This clinical content conforms to AAFP criteria for CME.

Author disclosure: No relevant financial relationships.

Clinical Question

What is the diagnostic accuracy (i.e., sensitivity, specificity, positive predictive value, and negative predictive value) of point-of-care antigen testing for the SARS-CoV-2 virus?

Evidence-Based Answer

SARS-CoV-2 antigen tests have an average sensitivity of 69.3% (95% CI, 66.2% to 72.3%) and specificity of 99.3% (95% CI, 99.2% to 99.3%). Accuracy depends on the presence or absence of symptoms, time from symptom onset, and test brand.1 (Strength of Recommendation: B, inconsistent or limited-quality patient-oriented evidence.)

Practice Pointers

The development of rapid diagnostic tests for the SARSCoV-2 virus has led to more access to testing. The goals of testing are earlier treatment and reduced transmission. The authors of the Cochrane review evaluated the accuracy of rapid diagnostic tests for SARS-CoV-2 infection.1

The current review is the first update; the first review was released in 2020 and includes studies published through March 2021. The current review includes 155 cohorts from 166 studies of a single brand of rapid antigen test, and 152 evaluations of 49 different antigen assays were studied. There were 100,462 unique samples, and the presence of the SARSCoV-2 virus was confirmed by polymerase chain reaction testing in 16,822 cases. Most studies (66%) were conducted in Europe, and the remainder were in Asia (11%), North America (10%), South America (9%), and Africa (2%).1

The average sensitivity and specificity of rapid antigen testing for SARS-CoV-2 infection were 69.3% (95% CI, 66.2% to 72.3%) and 99.3% (95% CI, 99.2% to 99.3%), respectively, based on 184 evaluations, 117,372 samples, and 21,017 confirmed SARS-CoV-2 cases. Average sensitivity was greater in those who had symptoms (73.0%; 95% CI, 69.3% to 76.4%; 109 evaluations; 50,574 samples; 11,662 confirmed SARSCoV-2 cases) vs. those without symptoms (54.7%; 95% CI, 47.7% to 61.6%; 50 evaluations; 40,956 samples; 2,641 confirmed SARS-CoV-2 cases). Average specificity was similar for patients who were symptomatic (99.1%) or asymptomatic (99.7%). Sensitivity was higher in patients who had symptoms for one week or less (80.9%; 95% CI, 76.9% to 84.4%; 30 evaluations; 2,408 cases) compared with those in their second week of symptoms (53.8%; 95% CI, 48.0% to 59.6%; 40 evaluations; 1,119 cases).1

In patients who were asymptomatic at the time of testing, sensitivity was higher when epidemiologic exposure (i.e., contacts of patients with confirmed cases) to the SARSCoV-2 virus was suspected based on studies reporting specific criteria for testing or referral for testing in the absence of symptoms (64.3%; 95% CI, 54.6% to 73.0%; 16 evaluations; 7,677 samples; 703 cases).
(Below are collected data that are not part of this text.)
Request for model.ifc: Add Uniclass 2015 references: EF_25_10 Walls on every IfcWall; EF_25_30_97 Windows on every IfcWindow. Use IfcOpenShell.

First a look at what the model holds.

```python
import ifcopenshell

model = ifcopenshell.open("model.ifc")
print(model.schema)
print("classifications:", [c.Name for c in model.by_type("IfcClassification")])
for ifc_class in ("IfcDoor", "IfcRoof", "IfcStair", "IfcWall", "IfcWindow"):
    print(ifc_class, len(model.by_type(ifc_class)))
```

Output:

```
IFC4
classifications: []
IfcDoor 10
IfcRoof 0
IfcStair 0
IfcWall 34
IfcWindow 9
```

```python
import ifcopenshell
import ifcopenshell.api.classification

model = ifcopenshell.open("model.ifc")

system = ifcopenshell.api.classification.add_classification(model, classification="Uniclass 2015")

codes = {
    "IfcWall": ("EF_25_10", "Walls"),
    "IfcWindow": ("EF_25_30_97", "Windows"),
}
for ifc_class, (code, name) in codes.items():
    products = model.by_type(ifc_class)
    ifcopenshell.api.classification.add_reference(
        model, products=products, classification=system, identification=code, name=name
    )
    print(code, len(products))

model.write("model-out.ifc")
```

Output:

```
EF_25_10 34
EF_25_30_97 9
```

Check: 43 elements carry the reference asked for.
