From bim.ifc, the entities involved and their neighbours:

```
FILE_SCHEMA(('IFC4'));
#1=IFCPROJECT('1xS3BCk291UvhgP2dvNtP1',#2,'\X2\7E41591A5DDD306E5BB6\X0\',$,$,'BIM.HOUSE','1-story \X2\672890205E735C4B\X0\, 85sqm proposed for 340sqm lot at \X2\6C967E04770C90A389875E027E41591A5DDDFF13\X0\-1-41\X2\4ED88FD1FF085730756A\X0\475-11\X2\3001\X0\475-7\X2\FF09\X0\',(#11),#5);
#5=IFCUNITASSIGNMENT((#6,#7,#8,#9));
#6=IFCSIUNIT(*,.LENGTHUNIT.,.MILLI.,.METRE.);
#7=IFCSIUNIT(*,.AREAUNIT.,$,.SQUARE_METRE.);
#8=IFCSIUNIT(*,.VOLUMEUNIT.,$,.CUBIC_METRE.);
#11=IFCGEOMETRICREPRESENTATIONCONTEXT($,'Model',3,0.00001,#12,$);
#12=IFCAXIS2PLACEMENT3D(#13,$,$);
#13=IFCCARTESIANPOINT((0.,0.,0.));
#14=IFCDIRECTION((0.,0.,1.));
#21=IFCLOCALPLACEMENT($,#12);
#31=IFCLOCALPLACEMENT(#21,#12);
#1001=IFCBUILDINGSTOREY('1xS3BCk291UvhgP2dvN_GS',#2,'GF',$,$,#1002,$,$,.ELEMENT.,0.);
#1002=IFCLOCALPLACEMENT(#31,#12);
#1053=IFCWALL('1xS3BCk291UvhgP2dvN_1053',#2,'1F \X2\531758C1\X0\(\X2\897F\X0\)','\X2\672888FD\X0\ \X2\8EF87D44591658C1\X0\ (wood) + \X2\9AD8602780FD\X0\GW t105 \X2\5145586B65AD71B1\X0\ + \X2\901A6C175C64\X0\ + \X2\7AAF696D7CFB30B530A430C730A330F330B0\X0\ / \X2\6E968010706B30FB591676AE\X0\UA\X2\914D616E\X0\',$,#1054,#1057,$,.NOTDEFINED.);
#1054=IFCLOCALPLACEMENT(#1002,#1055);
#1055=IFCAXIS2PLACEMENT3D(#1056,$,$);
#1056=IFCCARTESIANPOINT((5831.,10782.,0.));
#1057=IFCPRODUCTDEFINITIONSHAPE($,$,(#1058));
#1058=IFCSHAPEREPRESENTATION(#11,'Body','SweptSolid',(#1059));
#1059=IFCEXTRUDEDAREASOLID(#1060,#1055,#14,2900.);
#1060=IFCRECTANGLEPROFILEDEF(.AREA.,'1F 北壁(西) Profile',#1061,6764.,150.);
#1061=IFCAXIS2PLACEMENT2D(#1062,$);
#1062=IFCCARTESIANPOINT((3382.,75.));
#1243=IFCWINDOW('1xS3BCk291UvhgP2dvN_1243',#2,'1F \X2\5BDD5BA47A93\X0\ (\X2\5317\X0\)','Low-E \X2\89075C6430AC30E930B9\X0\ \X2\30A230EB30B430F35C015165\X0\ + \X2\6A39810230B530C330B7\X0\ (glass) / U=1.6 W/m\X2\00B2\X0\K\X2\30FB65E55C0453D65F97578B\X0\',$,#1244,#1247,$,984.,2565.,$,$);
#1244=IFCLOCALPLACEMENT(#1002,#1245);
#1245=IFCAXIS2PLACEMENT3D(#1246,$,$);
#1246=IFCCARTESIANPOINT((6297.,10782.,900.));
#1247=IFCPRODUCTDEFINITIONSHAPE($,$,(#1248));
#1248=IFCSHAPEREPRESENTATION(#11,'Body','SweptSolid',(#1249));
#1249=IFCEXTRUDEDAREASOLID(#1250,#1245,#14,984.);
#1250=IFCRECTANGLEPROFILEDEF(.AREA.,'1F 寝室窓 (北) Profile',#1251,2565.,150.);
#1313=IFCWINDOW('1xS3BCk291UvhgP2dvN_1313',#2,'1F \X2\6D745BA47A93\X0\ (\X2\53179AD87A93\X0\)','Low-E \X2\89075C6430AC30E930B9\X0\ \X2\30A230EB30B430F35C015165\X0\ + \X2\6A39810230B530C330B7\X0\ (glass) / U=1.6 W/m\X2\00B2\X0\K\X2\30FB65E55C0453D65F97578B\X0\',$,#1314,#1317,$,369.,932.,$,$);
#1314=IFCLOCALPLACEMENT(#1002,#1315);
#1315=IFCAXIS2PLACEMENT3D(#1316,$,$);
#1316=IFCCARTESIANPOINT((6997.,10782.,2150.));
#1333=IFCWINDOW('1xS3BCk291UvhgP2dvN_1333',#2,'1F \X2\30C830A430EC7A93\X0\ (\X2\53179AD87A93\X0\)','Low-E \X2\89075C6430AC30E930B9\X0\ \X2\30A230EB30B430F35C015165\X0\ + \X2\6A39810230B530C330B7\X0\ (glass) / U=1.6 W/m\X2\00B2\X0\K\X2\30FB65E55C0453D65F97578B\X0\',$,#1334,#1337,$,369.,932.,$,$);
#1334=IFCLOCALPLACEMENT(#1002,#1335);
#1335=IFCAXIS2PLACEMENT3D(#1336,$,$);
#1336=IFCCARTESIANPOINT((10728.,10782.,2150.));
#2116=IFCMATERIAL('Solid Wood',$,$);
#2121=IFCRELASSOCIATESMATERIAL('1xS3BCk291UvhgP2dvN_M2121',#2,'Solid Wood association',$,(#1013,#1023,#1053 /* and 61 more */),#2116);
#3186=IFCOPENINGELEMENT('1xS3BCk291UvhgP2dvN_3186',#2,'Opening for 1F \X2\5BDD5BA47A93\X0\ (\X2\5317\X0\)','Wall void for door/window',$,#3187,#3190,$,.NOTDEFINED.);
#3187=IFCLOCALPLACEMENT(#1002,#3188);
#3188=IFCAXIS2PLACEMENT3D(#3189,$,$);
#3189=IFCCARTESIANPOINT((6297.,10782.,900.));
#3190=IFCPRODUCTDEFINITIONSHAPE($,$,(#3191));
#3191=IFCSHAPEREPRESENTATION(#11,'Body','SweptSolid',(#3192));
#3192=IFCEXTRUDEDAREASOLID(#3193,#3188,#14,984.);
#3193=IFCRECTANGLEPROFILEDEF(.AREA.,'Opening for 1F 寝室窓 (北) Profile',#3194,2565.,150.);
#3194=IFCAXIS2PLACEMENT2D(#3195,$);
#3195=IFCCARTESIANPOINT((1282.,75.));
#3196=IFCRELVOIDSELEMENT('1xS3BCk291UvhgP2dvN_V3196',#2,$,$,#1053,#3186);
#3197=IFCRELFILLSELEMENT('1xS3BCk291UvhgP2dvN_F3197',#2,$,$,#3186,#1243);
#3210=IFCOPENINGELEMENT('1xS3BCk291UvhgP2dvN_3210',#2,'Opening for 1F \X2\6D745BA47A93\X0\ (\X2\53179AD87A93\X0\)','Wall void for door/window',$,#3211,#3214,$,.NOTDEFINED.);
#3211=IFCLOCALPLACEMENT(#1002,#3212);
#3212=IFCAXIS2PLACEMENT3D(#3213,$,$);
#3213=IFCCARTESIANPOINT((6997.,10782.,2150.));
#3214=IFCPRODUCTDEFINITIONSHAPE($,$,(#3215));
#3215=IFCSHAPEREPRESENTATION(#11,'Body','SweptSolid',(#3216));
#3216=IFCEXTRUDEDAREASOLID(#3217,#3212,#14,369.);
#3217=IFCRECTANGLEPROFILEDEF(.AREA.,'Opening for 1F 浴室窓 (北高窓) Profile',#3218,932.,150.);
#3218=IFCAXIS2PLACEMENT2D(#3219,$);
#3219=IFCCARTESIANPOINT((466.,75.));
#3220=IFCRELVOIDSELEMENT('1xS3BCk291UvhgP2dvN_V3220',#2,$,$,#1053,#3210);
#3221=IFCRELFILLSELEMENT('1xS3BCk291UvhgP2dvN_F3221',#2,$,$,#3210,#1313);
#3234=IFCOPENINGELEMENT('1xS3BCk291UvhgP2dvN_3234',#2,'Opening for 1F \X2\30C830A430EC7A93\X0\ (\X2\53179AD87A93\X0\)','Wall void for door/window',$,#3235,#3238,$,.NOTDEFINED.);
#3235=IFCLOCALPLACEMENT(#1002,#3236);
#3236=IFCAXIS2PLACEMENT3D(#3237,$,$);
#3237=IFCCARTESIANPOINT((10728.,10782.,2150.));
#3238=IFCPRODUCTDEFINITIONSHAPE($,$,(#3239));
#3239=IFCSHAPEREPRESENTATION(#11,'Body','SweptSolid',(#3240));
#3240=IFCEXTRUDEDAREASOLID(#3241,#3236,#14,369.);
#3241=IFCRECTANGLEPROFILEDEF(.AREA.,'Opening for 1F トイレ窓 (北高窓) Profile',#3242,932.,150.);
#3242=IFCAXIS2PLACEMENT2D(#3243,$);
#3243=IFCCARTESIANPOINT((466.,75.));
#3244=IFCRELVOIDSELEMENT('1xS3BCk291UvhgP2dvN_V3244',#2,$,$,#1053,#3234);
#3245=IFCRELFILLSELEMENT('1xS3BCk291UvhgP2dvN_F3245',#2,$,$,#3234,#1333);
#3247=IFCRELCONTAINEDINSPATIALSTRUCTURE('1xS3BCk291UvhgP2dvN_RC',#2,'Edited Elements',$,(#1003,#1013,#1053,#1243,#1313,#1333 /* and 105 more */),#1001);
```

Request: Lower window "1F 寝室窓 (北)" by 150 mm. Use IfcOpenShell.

```python
import numpy as np
import ifcopenshell
import ifcopenshell.api.geometry
import ifcopenshell.util.placement
import ifcopenshell.util.unit

model = ifcopenshell.open("bim.ifc")
unit_scale = ifcopenshell.util.unit.calculate_unit_scale(model)

window = model.by_id(1243)
opening = window.FillsVoids[0].RelatingOpeningElement
dz = -0.15 / unit_scale

shift = np.array([0.0, 0.0, dz])
# The window is not placed relative to its opening, so move both.
for product in (opening, window):
    matrix = ifcopenshell.util.placement.get_local_placement(product.ObjectPlacement)
    matrix[:3, 3] += shift
    ifcopenshell.api.geometry.edit_object_placement(model, product=product, matrix=matrix, is_si=False)

print(f"moved by {dz * unit_scale:+.3f} m")

model.write("bim_updated.ifc")
```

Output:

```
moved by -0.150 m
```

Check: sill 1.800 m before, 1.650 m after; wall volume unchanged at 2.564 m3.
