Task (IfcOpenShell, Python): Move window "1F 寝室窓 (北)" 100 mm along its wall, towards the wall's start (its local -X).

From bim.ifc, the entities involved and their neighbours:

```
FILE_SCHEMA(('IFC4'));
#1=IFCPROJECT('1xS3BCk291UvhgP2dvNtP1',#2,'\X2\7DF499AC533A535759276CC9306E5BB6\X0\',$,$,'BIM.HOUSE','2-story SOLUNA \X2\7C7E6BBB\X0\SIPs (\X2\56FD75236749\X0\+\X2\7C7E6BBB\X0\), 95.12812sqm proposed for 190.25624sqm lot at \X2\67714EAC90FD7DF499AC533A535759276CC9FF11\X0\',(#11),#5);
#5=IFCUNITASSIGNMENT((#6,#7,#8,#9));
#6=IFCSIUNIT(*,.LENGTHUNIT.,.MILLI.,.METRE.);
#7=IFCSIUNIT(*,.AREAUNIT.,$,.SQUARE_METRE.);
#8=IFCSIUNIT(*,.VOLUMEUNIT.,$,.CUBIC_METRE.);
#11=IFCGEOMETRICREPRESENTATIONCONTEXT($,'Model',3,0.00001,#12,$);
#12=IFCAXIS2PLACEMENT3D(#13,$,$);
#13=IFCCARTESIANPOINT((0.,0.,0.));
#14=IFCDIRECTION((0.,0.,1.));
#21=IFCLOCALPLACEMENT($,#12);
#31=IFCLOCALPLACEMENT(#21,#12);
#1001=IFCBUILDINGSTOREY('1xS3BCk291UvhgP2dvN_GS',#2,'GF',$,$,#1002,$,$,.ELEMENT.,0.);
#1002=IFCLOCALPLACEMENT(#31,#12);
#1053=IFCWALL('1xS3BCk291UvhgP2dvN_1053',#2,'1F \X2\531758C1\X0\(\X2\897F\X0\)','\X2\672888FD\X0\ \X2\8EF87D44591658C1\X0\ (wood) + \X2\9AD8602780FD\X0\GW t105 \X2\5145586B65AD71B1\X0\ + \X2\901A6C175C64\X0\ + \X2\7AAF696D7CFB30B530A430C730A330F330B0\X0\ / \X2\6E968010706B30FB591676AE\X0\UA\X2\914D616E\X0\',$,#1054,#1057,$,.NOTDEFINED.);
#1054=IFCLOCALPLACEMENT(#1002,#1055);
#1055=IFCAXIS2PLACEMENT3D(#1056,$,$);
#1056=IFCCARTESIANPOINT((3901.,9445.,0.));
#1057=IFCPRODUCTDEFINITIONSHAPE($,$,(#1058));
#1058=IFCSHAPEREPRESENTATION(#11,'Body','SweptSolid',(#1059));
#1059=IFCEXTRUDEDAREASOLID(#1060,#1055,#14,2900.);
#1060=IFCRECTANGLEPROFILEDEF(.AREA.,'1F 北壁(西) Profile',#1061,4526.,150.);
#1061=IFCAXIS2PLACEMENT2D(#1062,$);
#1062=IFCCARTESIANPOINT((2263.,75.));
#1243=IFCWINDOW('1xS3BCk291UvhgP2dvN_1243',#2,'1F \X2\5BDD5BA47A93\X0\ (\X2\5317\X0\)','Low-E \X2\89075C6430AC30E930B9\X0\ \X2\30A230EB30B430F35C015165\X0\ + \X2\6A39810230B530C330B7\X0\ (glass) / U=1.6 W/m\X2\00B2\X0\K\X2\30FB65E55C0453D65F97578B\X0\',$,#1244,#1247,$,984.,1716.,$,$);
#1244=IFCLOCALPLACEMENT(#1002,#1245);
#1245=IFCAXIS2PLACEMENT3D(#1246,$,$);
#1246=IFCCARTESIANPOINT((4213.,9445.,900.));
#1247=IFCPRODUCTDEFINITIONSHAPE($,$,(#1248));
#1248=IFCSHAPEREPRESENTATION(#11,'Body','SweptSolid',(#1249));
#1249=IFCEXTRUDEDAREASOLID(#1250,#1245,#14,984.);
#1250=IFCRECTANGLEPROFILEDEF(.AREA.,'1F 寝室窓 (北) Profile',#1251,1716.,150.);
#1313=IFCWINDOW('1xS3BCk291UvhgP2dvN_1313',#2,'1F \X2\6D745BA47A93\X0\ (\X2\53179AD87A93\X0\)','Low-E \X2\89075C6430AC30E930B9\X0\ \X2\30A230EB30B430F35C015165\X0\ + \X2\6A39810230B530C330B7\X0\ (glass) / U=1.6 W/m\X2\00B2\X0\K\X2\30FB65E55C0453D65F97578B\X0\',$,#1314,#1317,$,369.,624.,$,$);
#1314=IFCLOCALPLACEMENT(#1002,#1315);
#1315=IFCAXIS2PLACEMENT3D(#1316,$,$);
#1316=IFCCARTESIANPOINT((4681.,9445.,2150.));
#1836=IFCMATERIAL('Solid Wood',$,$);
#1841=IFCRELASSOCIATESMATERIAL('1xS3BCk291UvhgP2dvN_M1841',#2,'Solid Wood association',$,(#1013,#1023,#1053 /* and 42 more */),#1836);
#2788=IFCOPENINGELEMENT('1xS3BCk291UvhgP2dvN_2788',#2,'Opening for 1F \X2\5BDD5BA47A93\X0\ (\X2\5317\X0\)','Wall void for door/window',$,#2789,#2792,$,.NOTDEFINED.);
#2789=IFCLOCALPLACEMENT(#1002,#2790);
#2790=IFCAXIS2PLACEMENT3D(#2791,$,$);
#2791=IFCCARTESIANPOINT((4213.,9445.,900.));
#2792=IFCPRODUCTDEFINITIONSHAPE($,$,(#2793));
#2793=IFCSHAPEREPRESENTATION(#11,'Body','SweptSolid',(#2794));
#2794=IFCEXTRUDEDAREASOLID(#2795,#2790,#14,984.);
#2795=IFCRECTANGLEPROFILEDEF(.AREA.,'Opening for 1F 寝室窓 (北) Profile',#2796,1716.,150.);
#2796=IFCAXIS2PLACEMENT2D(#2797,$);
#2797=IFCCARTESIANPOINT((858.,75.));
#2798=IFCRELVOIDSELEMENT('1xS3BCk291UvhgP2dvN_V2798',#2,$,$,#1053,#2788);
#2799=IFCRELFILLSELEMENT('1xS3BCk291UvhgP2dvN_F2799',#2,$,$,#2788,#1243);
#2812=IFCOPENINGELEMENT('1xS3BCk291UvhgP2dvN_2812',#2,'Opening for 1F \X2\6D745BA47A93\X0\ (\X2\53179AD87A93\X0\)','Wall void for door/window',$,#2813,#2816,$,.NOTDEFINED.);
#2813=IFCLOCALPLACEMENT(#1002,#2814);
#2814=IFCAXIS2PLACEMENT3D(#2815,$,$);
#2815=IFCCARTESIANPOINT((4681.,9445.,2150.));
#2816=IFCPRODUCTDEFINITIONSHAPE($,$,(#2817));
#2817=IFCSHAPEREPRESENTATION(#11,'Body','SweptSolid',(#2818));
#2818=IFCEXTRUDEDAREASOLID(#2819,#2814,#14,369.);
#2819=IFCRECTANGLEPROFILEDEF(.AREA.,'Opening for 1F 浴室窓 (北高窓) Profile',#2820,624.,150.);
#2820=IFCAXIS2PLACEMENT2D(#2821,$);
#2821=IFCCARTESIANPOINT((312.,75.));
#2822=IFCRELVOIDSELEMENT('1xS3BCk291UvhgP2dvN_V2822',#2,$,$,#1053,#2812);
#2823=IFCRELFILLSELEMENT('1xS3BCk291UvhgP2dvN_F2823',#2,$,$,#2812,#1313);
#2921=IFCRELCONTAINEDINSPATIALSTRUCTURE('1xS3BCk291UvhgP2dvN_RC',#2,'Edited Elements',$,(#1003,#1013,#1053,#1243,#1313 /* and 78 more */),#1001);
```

```python
import ifcopenshell
import ifcopenshell.api.geometry
import ifcopenshell.util.placement

model = ifcopenshell.open("bim.ifc")

window = model.by_guid("1xS3BCk291UvhgP2dvN_1243")
opening = window.FillsVoids[0].RelatingOpeningElement
wall = opening.VoidsElements[0].RelatingBuildingElement

wall_matrix = ifcopenshell.util.placement.get_local_placement(wall.ObjectPlacement)
shift = wall_matrix[:3, 0] * -100.0
before = ifcopenshell.util.placement.get_local_placement(window.ObjectPlacement)[:3, 3].copy()

# The window is not placed relative to its opening, so move both.
for product in (opening, window):
    matrix = ifcopenshell.util.placement.get_local_placement(product.ObjectPlacement)
    matrix[:3, 3] += shift
    ifcopenshell.api.geometry.edit_object_placement(model, product=product, matrix=matrix, is_si=False)

after = ifcopenshell.util.placement.get_local_placement(window.ObjectPlacement)[:3, 3]
print("window moved by", (after - before).round(3) + 0.0)

model.write("bim_edited.ifc")
```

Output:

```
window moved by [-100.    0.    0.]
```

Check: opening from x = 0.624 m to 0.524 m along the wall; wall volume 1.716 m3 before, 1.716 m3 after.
By contrast, when COVID-19 testing was reported to be widely available to any asymptomatic participant, sensitivity was lower (49.6%; 95% CI, 42.1% to 57.1%; 26 evaluations; 31,904 samples; 1,758 cases). Average specificity was similarly high in asymptomatic patients regardless of exposure to the SARS-CoV-2 virus (99.6% vs. 99.7%).1

As the prevalence of COVID-19 rises, the positive predictive value of antigen tests improves. If the prevalence of COVID-19 in a community is 5%, an average antigen test would have a positive predictive value of 81%. If the prevalence is 10%, the average antigen test would have a positive predictive value of 90%. If the prevalence is 20%, antigen tests have a much better positive predictive value (95%). The negative predictive value in all three situations would remain above 95%.1

Sensitivity varied widely among brands. Average sensitivities by brand ranged from 34.3% to 91.3% in symptomatic participants (20 assays with eligible data) and from 28.6% to 77.8% in asymptomatic participants (12 assays).1

The authors noted that there was a lack of evidence for commercially produced tests because they were able to locate evaluations for only 49 of the 321 available antigen tests.1 Only seven assays (AAZ, Abbott [BinaxNOW], BIONOTE, Denka Co, LumiraDx, Quidel, and Shenzhen Bioeasy) met the World Health Organization acceptable sensitivity standard of 80%; the 95% CIs of all but one of these tests (BIONOTE Nowcheck) crossed the 80% threshold.2 A limitation of the review was the lack of inclusion of the SARS-CoV-2 variants, such as Delta and Omicron.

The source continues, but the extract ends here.